As much as this is an important skill for adults, it is essential for kids too. Reading a map is necessary not just to know your way around but also not to get lost in an unknown place. As children grow up, this will help them navigate their way easily and therefore build confidence.
Activity to try: Make your 10-year-old draw a map from your home to his school on a sheet and ask him to mark all the important streets on the route.
This is a requisite skill for a child to learn and helps her in many ways. Many children start cycling in the preschool years and become quite adept at manoeuvring the bicycle by the time they are ten years old. Riding a bike (while being careful on the road) will give your child a sense of freedom and confidence.
Activity to try: Mark a pathway with chalk from Point A to Point B (in a place that is free of traffic) and ask your little one to follow the route on her bike without speeding and within a reasonable time limit.
Parents need to inculcate this skill in children from the toddler years itself. Tell the little ones to put back their toys after they have finished playing, to help you put clothes in the laundry and so on. As they grow, they will learn to keep their books in place and to fold their clothes. We call it a skill because it teaches organisation and responsibility.
Activity to try: Cleaning is a chore that children run away from, but you can make it a fun task. Your child can make a colourful work chart and tick boxes in the chart as and when he finishes a chore.

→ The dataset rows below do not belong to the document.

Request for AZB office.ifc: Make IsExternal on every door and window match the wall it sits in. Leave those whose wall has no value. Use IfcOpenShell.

First a look at what the model holds.

```python
import ifcopenshell
import ifcopenshell.util.element

model = ifcopenshell.open("AZB office.ifc")
print(model.schema)
seen = {}
for e in model.by_type("IfcDoor") + model.by_type("IfcWindow"):
    if not e.FillsVoids:
        continue
    host = e.FillsVoids[0].RelatingOpeningElement.VoidsElements[0].RelatingBuildingElement
    own = ifcopenshell.util.element.get_pset(e, f"Pset_{e.is_a()[3:].removesuffix('StandardCase')}Common", "IsExternal")
    wall = ifcopenshell.util.element.get_pset(host, "Pset_WallCommon", "IsExternal")
    seen[e.is_a(), own, wall] = seen.get((e.is_a(), own, wall), 0) + 1
for (cls, own, wall), count in sorted(seen.items(), key=str):
    print(count, cls, "IsExternal:", own, "| host wall:", wall)
```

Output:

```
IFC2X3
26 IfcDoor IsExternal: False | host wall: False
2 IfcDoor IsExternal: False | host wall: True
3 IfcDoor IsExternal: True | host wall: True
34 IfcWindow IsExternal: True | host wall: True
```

```python
import ifcopenshell
import ifcopenshell.api.pset
import ifcopenshell.util.element

model = ifcopenshell.open("AZB office.ifc")

count = 0
for ifc_class, pset_name in (("IfcDoor", "Pset_DoorCommon"), ("IfcWindow", "Pset_WindowCommon")):
    for e in model.by_type(ifc_class):
        if not e.FillsVoids:
            continue
        host = e.FillsVoids[0].RelatingOpeningElement.VoidsElements[0].RelatingBuildingElement
        external = ifcopenshell.util.element.get_pset(host, "Pset_WallCommon", "IsExternal")
        if external is None or ifcopenshell.util.element.get_pset(e, pset_name, "IsExternal") == external:
            continue
        pset = ifcopenshell.api.pset.add_pset(model, product=e, name=pset_name)
        ifcopenshell.api.pset.edit_pset(model, pset=pset, properties={"IsExternal": external})
        count += 1

print(count, "updated")

model.write("AZB office_rev.ifc")
```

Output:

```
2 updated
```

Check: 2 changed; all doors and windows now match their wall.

By the time your child reaches the toddler stage, she shows interest in eating on her own. So, at the age of 10, she should be quite deft in using a spoon and a fork, and can confidently use cutlery to eat at a restaurant or a friends place. In the Indian context, teach your child to be confident, both while sitting on the floor and eating with their hands, and while using a fork and spoon.
Activity to try: Going one step further from the mock restaurant activity, you and your child can play a game where everyone must sit down at a formal dinner with cutlery and plates with a few fruits or cooked veggies. Encourage your child to demonstrate how to use the cutlery.
Your 10-year-old should be able to make a witty conversation with another person and hold their attention for a reasonable amount of time. Encourage your child to see the lighter side of things occasionally. The confidence and sense of self that a 10-year-old child derives from telling a humorous anecdote to peers or adults are what makes this an important skill.
Activity to try: Get your little tyke to look for funny anecdotes/jokes in comic books and magazines, and compile them. Then let him improvise on some of them and tell these jokes with a twist or a story.
Preschoolers start their financial journey by putting loose change in a piggy bank and this introduces them to the concept of saving money for the first time. They also learn to appreciate small changes and how it all adds up. Eventually, when children start getting pocket money, they know that it can be used to buy things. A 10-year-old should be able to save up for something that she wants to buy and make small sacrifices - like giving up on the ice cream or chocolate - towards the larger end.
Activity to try: Give your child a specific amount of money for a week and ask her to manage the house finances, such as paying the newspaper vendor, buying groceries, paying the electricity bill and so on, with that amount.
All these skills are essential for children to master by the time they are ten years old. Parents can teach their little ones important values through these skills that will last a lifetime.